Lá onde não há relação sexual, isso produz um buraco que traumatiza (troumatisme). Nós inventamos! Nós inventamos o que podemos, é claro!”7 No Homem dos lobos não se trata de uma condição do amor mediada pelo Édipo e pela castração simbólica. Podemos considerar esse apaixonamento como uma invenção que enoda o Real mediante lalíngua pelo Imaginário a partir do encontro precoce e traumático com o sexual. A cena infinitamente reproduzida é sustentada pelo falo imaginário possibilitando ao sujeito ocupar, virtualmente, o lugar do pai no coito a tergo junto à sua mãe com suas amadas (Grusha, Matrona, Teresa, Luisa…) – uma virilidade imaginária. Nada de ficções, das histórias que dão liga (match) ao amor por pedir algo ao Outro, mas em seu lugar uma condição de gozo dada pelo desmentido da castração associada à depreciação da mulher. Sem angústia e sem reconhecer a cena primária até seus últimos dias8, verifica-se um gozo que permite ao Homem dos lobos, além de nomeá-lo, viver e reeditar a cena sem evacuar, experimentando uma exaltação no lugar da depressão, presente antes do instante do enamoramento. Uma invenção imóvel e imobilizada, que itera. Isso não impediu que houvesse ao lado outras correntes em relação à castração, razão de postulá-lo como um caso de psicose ordinário por extrapolar a classificação tripartite.

1 MILLER, J.-A. “Sobre fenómenos de amor y ódio em psicoanálisis”, in Introducción a la clínica lacaniama. Conferencias en España. Barcelona: RBA Libros, pp.297-306.

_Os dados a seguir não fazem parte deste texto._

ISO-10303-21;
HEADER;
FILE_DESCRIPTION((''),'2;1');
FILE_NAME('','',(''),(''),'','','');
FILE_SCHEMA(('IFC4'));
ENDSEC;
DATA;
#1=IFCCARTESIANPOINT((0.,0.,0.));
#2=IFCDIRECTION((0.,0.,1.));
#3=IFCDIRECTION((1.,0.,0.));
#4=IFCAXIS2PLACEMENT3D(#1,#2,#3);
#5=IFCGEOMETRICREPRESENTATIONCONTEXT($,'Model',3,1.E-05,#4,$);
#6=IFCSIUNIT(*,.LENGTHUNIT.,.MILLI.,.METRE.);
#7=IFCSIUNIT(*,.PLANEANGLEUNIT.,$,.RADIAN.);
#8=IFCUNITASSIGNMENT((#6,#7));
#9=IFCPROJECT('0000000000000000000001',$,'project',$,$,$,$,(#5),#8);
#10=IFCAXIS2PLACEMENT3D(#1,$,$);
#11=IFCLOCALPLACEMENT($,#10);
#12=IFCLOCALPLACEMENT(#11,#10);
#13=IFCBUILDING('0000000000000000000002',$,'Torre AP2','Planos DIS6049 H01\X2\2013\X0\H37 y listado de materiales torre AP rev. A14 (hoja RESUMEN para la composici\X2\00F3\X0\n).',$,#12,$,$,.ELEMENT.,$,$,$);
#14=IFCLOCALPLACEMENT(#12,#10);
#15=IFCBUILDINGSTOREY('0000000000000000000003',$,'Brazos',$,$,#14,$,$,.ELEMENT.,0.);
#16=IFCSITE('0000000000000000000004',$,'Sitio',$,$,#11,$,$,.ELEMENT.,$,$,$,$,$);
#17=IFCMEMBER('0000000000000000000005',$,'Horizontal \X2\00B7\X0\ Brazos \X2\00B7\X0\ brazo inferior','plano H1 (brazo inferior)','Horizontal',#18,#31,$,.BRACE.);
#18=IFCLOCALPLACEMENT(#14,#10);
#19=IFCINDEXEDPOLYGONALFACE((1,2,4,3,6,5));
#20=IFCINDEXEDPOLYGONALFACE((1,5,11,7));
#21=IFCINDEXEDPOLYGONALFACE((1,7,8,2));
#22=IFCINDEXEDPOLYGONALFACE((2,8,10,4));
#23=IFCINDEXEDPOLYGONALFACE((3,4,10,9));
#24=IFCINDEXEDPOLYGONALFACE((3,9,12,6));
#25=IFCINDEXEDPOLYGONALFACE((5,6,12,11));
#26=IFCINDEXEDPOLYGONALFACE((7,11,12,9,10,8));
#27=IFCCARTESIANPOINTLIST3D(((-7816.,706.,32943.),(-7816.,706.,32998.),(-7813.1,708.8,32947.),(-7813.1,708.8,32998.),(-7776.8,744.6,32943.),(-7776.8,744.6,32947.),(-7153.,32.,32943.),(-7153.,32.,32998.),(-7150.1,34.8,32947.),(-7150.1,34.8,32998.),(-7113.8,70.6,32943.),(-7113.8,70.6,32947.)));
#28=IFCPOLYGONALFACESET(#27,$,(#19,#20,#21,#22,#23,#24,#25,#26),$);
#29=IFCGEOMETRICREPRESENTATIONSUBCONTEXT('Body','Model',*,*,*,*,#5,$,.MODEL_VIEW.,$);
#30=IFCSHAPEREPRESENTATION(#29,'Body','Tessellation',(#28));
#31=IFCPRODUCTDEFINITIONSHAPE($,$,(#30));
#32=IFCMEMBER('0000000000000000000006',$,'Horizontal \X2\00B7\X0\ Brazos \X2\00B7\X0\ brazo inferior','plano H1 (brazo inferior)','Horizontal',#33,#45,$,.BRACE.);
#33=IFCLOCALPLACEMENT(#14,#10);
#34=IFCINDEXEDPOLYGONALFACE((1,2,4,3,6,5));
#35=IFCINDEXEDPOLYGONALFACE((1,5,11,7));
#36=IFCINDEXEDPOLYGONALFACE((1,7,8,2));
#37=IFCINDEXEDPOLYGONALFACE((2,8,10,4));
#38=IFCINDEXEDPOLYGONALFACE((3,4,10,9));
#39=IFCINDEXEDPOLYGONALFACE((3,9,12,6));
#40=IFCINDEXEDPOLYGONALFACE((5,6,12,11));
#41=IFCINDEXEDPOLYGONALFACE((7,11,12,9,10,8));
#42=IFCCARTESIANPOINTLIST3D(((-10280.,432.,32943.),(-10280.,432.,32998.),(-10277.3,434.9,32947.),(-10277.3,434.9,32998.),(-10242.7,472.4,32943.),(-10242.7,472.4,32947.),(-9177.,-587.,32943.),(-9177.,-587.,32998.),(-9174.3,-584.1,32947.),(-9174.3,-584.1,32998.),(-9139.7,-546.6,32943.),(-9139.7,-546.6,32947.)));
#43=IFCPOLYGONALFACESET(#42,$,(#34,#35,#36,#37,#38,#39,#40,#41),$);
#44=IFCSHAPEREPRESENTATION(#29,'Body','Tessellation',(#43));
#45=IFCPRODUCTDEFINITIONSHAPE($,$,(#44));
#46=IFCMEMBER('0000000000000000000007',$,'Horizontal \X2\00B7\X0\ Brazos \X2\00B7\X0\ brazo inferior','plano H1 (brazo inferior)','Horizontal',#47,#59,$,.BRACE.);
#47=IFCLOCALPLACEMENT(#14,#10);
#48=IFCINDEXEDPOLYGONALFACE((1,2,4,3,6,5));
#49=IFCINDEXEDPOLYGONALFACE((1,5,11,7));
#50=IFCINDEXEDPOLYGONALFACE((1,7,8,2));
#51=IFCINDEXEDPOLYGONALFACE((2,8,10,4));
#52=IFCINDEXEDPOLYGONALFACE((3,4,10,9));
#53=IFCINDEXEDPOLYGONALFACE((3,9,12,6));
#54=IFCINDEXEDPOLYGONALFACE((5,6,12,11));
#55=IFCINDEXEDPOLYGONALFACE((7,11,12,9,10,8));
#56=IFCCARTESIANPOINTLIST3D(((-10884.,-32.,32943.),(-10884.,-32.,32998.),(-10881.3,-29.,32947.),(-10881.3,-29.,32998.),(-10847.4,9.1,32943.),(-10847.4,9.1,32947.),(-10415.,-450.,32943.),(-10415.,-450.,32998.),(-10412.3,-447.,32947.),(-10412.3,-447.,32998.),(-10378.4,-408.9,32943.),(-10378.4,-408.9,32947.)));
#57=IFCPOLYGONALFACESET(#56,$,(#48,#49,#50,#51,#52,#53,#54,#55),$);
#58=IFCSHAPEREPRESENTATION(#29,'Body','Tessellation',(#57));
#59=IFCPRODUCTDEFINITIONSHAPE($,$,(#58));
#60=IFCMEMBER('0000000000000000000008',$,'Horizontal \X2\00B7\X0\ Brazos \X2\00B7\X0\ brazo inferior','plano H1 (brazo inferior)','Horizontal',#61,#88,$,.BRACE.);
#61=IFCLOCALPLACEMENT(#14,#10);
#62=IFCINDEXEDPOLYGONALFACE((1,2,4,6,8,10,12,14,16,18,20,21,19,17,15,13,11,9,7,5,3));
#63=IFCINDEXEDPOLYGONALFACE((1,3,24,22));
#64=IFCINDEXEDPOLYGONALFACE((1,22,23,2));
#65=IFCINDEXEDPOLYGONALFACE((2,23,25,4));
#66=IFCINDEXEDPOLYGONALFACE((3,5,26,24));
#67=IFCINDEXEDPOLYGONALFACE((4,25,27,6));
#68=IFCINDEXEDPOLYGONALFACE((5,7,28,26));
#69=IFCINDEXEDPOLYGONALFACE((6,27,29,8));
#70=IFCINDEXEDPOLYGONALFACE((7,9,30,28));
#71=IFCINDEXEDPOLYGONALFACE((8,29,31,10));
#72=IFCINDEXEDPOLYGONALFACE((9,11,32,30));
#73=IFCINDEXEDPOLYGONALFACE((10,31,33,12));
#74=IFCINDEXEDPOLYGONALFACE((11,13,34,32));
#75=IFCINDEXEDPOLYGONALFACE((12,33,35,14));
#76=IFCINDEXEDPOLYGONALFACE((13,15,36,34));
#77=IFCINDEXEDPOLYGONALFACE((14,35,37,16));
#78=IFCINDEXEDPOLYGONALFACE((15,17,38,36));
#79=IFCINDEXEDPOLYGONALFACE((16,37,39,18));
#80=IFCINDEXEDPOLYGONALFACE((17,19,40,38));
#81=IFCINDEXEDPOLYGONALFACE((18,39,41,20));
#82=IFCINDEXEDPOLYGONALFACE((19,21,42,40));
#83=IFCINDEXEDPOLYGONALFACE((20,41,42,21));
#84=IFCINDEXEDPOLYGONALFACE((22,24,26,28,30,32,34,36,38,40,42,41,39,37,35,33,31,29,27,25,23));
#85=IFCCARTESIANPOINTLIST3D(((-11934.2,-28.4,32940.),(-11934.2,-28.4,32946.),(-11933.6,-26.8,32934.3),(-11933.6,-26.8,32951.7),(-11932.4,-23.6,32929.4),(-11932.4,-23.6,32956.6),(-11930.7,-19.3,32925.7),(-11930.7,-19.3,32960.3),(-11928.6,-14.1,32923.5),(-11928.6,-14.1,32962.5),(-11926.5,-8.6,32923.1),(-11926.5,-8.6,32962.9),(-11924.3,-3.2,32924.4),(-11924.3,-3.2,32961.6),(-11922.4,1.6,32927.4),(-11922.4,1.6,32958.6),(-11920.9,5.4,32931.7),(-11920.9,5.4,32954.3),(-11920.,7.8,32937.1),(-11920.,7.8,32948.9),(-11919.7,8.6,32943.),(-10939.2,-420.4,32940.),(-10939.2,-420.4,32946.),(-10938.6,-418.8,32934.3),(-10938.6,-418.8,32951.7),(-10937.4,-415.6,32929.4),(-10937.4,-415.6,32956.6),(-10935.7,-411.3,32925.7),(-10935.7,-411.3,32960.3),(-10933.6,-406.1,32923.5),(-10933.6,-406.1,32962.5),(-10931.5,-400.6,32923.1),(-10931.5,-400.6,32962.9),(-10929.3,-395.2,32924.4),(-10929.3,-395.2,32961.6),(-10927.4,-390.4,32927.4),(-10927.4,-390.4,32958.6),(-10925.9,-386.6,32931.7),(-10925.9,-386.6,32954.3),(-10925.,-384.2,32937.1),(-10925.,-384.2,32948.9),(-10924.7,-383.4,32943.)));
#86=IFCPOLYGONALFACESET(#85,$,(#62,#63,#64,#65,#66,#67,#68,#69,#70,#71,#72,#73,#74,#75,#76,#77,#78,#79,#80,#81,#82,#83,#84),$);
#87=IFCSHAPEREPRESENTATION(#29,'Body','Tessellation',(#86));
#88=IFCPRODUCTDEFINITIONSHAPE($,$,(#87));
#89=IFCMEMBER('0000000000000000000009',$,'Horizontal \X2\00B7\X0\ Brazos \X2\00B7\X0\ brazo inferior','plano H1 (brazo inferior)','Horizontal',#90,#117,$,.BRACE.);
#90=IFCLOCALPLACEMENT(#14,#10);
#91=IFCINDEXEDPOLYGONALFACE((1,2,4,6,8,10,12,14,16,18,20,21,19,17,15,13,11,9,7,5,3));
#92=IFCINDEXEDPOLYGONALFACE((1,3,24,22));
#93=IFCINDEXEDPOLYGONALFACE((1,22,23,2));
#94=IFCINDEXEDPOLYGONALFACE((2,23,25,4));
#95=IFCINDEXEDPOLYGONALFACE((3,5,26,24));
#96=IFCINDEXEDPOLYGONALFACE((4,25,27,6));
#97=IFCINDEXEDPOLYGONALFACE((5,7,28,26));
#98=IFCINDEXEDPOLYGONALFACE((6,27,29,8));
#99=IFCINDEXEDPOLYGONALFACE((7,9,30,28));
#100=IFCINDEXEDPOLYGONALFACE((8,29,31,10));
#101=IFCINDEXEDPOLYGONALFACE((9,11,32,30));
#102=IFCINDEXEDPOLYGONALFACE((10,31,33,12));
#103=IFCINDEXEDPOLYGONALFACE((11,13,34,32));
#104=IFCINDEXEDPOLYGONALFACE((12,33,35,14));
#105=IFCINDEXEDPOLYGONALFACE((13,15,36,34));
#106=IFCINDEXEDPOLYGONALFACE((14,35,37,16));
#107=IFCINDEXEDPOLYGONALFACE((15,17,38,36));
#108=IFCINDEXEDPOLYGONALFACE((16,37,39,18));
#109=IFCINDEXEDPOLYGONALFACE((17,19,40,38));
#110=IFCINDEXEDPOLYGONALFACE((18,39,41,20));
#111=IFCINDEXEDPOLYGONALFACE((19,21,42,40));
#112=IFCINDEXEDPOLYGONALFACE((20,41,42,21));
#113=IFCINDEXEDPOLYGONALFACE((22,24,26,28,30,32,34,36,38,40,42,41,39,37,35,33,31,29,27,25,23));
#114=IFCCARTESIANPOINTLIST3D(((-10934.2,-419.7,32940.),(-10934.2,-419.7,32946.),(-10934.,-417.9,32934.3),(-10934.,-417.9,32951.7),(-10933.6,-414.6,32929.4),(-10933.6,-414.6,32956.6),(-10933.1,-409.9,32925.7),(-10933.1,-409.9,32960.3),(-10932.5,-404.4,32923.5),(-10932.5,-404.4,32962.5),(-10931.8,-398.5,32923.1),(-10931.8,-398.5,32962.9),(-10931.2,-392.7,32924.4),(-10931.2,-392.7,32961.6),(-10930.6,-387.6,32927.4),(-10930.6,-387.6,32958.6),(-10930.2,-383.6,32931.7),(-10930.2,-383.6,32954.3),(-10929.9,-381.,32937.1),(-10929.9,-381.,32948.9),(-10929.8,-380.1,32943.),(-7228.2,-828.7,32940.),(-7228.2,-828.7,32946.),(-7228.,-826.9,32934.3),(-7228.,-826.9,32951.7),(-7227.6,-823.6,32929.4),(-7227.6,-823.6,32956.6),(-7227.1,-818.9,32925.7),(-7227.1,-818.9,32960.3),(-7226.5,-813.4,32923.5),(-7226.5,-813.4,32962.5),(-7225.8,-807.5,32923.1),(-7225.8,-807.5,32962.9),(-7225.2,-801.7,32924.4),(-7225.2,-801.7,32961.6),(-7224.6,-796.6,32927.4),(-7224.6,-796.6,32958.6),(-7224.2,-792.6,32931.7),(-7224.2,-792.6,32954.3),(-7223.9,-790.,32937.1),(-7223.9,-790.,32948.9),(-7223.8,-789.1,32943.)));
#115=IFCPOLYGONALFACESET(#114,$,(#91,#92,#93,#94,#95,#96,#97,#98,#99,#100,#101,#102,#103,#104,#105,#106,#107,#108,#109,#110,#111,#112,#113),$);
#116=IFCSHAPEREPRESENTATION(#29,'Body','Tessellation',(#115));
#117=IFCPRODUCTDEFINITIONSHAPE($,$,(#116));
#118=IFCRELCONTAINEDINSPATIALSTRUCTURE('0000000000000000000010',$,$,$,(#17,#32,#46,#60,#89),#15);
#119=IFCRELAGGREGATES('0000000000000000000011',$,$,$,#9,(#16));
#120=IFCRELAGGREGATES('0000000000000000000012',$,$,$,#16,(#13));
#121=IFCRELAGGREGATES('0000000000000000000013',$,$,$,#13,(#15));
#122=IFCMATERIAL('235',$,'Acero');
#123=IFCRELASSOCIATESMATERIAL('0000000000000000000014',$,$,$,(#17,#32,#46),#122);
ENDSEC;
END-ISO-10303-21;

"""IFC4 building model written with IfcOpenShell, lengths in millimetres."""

from ifc_helpers import new_model, si_unit, frame, frame_2d, origin, origin_with_axes, place, context, subcontext, project, spatial, circle, l_section, extrude, material, element, save


model = new_model("IFC4")

# Units and contexts
model_context = context("Model", 3, precision=1e-05, world=origin_with_axes())
body_context = subcontext(model_context, "Body", "Model", "MODEL_VIEW")
ifc_project = project(units=[si_unit("LENGTHUNIT", "METRE", prefix="MILLI"), si_unit("PLANEANGLEUNIT", "RADIAN")], contexts=[model_context])

# Site, building, storey
site_placement = place(None, origin())
site = spatial("IfcSite", under=ifc_project, at=site_placement, Name="Sitio", CompositionType="ELEMENT")
building_placement = place(site_placement, origin())
building = spatial("IfcBuilding", under=site, at=building_placement, Name="Torre AP2", Description="Planos DIS6049 H01–H37 y listado de materiales torre AP rev. A14 (hoja RESUMEN para la composición).", CompositionType="ELEMENT")
storey_placement = place(building_placement, origin())
storey = spatial("IfcBuildingStorey", under=building, at=storey_placement, Name="Brazos", CompositionType="ELEMENT", Elevation=0.0)

# Members
ifc_material_1 = material(Name="235", Category="Acero")
member_1_placement = place(storey_placement, frame((-7816.0, 706.0, 32943.0), z_axis=(0.701265, -0.7129, 0.0), x_axis=(0.7129, 0.701265, 0.0)))
element("IfcMember", 1, at=member_1_placement, inside=storey, material=ifc_material_1, Name="Horizontal · Brazos · brazo inferior", Description="plano H1 (brazo inferior)", ObjectType="Horizontal", PredefinedType="BRACE", context=body_context, shape_type="SweptSolid", body=[
    extrude(l_section(Depth=55.0, Width=55.0, Thickness=4.0, at=frame_2d((27.5, 27.5))), None, (0.0, 0.0, 1.0), 945.4),
])
member_2_placement = place(storey_placement, frame((-10280.0, 432.0, 32943.0), z_axis=(0.734523, -0.678584, 0.0), x_axis=(0.678584, 0.734523, 0.0)))
element("IfcMember", 2, at=member_2_placement, inside=storey, material=ifc_material_1, Name="Horizontal · Brazos · brazo inferior", Description="plano H1 (brazo inferior)", ObjectType="Horizontal", PredefinedType="BRACE", context=body_context, shape_type="SweptSolid", body=[
    extrude(l_section(Depth=55.0, Width=55.0, Thickness=4.0, at=frame_2d((27.5, 27.5))), None, (0.0, 0.0, 1.0), 1501.7),
])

2 MILLER, J.-A. “Observaciones sobre padres y causas”, in Introducción a la clínica lacaniama. Conferencias en España. Barcelona: RBA Libros, p.139.

3 FREUD, S. História de uma neurose infantil, In: Obras Completas Vol.14 – São Paulo: Companhia das Letras, 2010, p.121.

4 Idem, p.124.

5 MILLER, J.-A. “Introdução à leitura do Seminário 10 da Angústia de Jacques Lacan”, in Opção Lacaniana n.43, maio 2005. São Paulo: Ed. Eolia, p.54

6 AFLALO, A. “Reavaliação do caso do Homem dos Lobos”, in O Homem dos Lobos … com Lacan. Belo Horizonte: Ed. Scriptum, pp.81-82.

7 LACAN, J. Seminário 21: Le non dupes errent, inédito, aula de 19 de fevereiro de 1974.

8 OBHOLZER, K. Conversas com o homem dos lobos: uma psicanálise e suas consequências. Rio de Janeiro: Jorge ZahAr Ed., 1993.